Recipe - Frittedda With Scallion Crostini
Categories: Vegetables, Frittedda With Scallion Crostini
12 Baby artichokes; stems on
5 One half pound Fresh fava beans
1 pound Fresh asparagus
1 pound Sweet peas
1 Bulb fennel, tops removed &
set aside
2 sl Prosciutto
One fourth cup Extra virgin olive oil; plus
2 T
12 Leaves fresh mint
1 Lemon, juice and zest
2 Scallions
4 sl Country bread; toasted
Trim the artichokes of tough outer leaves, peel the stems and cut in half.
Soak chokes in cool acidulated water. Shell the favas both ways and set
aside. Trim the hard ends of the asparagus and cut into 2inch pieces on
the bias. Shell peas and set aside. Cut the fennel bulb in half and slice
into fine julienne. Cut the Prosciutto into fine julienne and set aside.
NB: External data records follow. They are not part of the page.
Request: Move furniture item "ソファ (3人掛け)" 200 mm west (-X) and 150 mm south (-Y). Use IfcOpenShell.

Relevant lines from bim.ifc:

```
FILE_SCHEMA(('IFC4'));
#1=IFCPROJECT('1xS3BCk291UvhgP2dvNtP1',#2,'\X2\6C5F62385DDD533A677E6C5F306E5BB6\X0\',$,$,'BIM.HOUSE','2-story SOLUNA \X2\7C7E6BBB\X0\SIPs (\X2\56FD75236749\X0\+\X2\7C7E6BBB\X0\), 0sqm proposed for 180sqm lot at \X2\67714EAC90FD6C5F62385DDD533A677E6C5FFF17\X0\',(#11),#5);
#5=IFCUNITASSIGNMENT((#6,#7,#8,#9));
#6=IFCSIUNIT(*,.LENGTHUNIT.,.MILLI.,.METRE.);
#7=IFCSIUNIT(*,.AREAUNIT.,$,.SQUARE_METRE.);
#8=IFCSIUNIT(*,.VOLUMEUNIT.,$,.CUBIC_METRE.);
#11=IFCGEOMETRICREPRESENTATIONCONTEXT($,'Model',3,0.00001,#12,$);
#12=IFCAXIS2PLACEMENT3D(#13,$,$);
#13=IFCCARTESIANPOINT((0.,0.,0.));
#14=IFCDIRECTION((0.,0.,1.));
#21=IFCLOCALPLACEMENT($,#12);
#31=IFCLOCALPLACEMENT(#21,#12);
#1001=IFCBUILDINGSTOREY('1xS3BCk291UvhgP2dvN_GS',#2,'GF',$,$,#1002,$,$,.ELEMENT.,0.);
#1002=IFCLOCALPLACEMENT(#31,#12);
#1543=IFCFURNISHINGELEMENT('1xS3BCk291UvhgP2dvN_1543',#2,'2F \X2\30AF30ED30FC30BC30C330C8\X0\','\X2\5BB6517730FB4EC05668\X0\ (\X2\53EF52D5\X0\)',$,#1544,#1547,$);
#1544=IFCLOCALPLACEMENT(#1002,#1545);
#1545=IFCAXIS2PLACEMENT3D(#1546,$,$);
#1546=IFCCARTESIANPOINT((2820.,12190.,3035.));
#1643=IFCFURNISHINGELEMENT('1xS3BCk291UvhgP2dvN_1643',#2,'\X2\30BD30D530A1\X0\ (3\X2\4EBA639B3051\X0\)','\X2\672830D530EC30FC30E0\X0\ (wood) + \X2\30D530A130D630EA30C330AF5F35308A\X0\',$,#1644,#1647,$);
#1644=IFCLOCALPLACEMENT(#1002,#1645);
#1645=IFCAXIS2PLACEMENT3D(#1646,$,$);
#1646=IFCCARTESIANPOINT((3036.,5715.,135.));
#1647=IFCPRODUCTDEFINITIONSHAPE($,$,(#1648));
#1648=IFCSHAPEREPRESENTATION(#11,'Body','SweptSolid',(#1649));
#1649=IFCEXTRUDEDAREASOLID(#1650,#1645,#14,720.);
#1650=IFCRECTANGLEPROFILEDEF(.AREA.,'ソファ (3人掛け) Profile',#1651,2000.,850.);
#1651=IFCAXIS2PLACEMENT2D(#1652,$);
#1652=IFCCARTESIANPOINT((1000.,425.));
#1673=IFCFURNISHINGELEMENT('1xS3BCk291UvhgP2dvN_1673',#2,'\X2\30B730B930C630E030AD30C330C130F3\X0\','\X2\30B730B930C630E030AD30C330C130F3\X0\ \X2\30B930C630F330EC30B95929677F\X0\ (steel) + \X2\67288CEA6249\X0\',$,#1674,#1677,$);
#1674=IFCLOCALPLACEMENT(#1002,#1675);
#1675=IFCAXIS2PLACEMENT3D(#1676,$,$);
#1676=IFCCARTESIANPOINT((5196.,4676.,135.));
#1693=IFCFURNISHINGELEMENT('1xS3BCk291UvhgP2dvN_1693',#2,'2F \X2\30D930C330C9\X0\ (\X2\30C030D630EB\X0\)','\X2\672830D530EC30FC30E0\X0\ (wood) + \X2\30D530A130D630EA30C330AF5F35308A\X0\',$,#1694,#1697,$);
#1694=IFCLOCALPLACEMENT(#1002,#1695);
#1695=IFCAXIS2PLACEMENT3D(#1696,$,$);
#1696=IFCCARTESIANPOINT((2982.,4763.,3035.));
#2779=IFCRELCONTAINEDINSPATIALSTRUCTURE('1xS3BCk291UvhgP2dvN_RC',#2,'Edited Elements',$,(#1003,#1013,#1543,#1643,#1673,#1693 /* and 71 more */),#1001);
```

```python
import ifcopenshell
import ifcopenshell.api.geometry
import ifcopenshell.util.placement
import ifcopenshell.util.unit

model = ifcopenshell.open("bim.ifc")
unit_scale = ifcopenshell.util.unit.calculate_unit_scale(model)

item = model.by_id(1643)
matrix = ifcopenshell.util.placement.get_local_placement(item.ObjectPlacement)
matrix[0, 3] -= 0.2 / unit_scale
matrix[1, 3] -= 0.15 / unit_scale
ifcopenshell.api.geometry.edit_object_placement(model, product=item, matrix=matrix, is_si=False)

print(ifcopenshell.util.placement.get_local_placement(item.ObjectPlacement).round(3) + 0.0)

model.write("bim_v2.ifc")
```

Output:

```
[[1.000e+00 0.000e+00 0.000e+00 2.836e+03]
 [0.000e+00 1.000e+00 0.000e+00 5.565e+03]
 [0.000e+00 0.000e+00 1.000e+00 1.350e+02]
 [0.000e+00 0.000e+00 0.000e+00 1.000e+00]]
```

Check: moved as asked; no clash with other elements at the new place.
In a 12 to 14inch sautJ pan, heat the olive oil, Prosciutto and fennel over
medium heat. Cook 1 minute and add drained artichokes. Cook 10 minutes
until starting to soften and add favas, asparagus and peas. Add One half cup
water, cover and simmer 20 minutes. Uncover, add mint, lemon juice, zest
and fennel tops. Grill bread and brush with remaining 2 tablespoons extra
virgin olive oil. Sprinkle with scallions and serve over frittedda. Serve
hot or cold.
Yield: 4 servings
Recipe By : MOLTO MARIO
Posted to MCRecipe Digest V1 #317
Date: Tue, 26 Nov 1996 16:36:26 0500 (EST)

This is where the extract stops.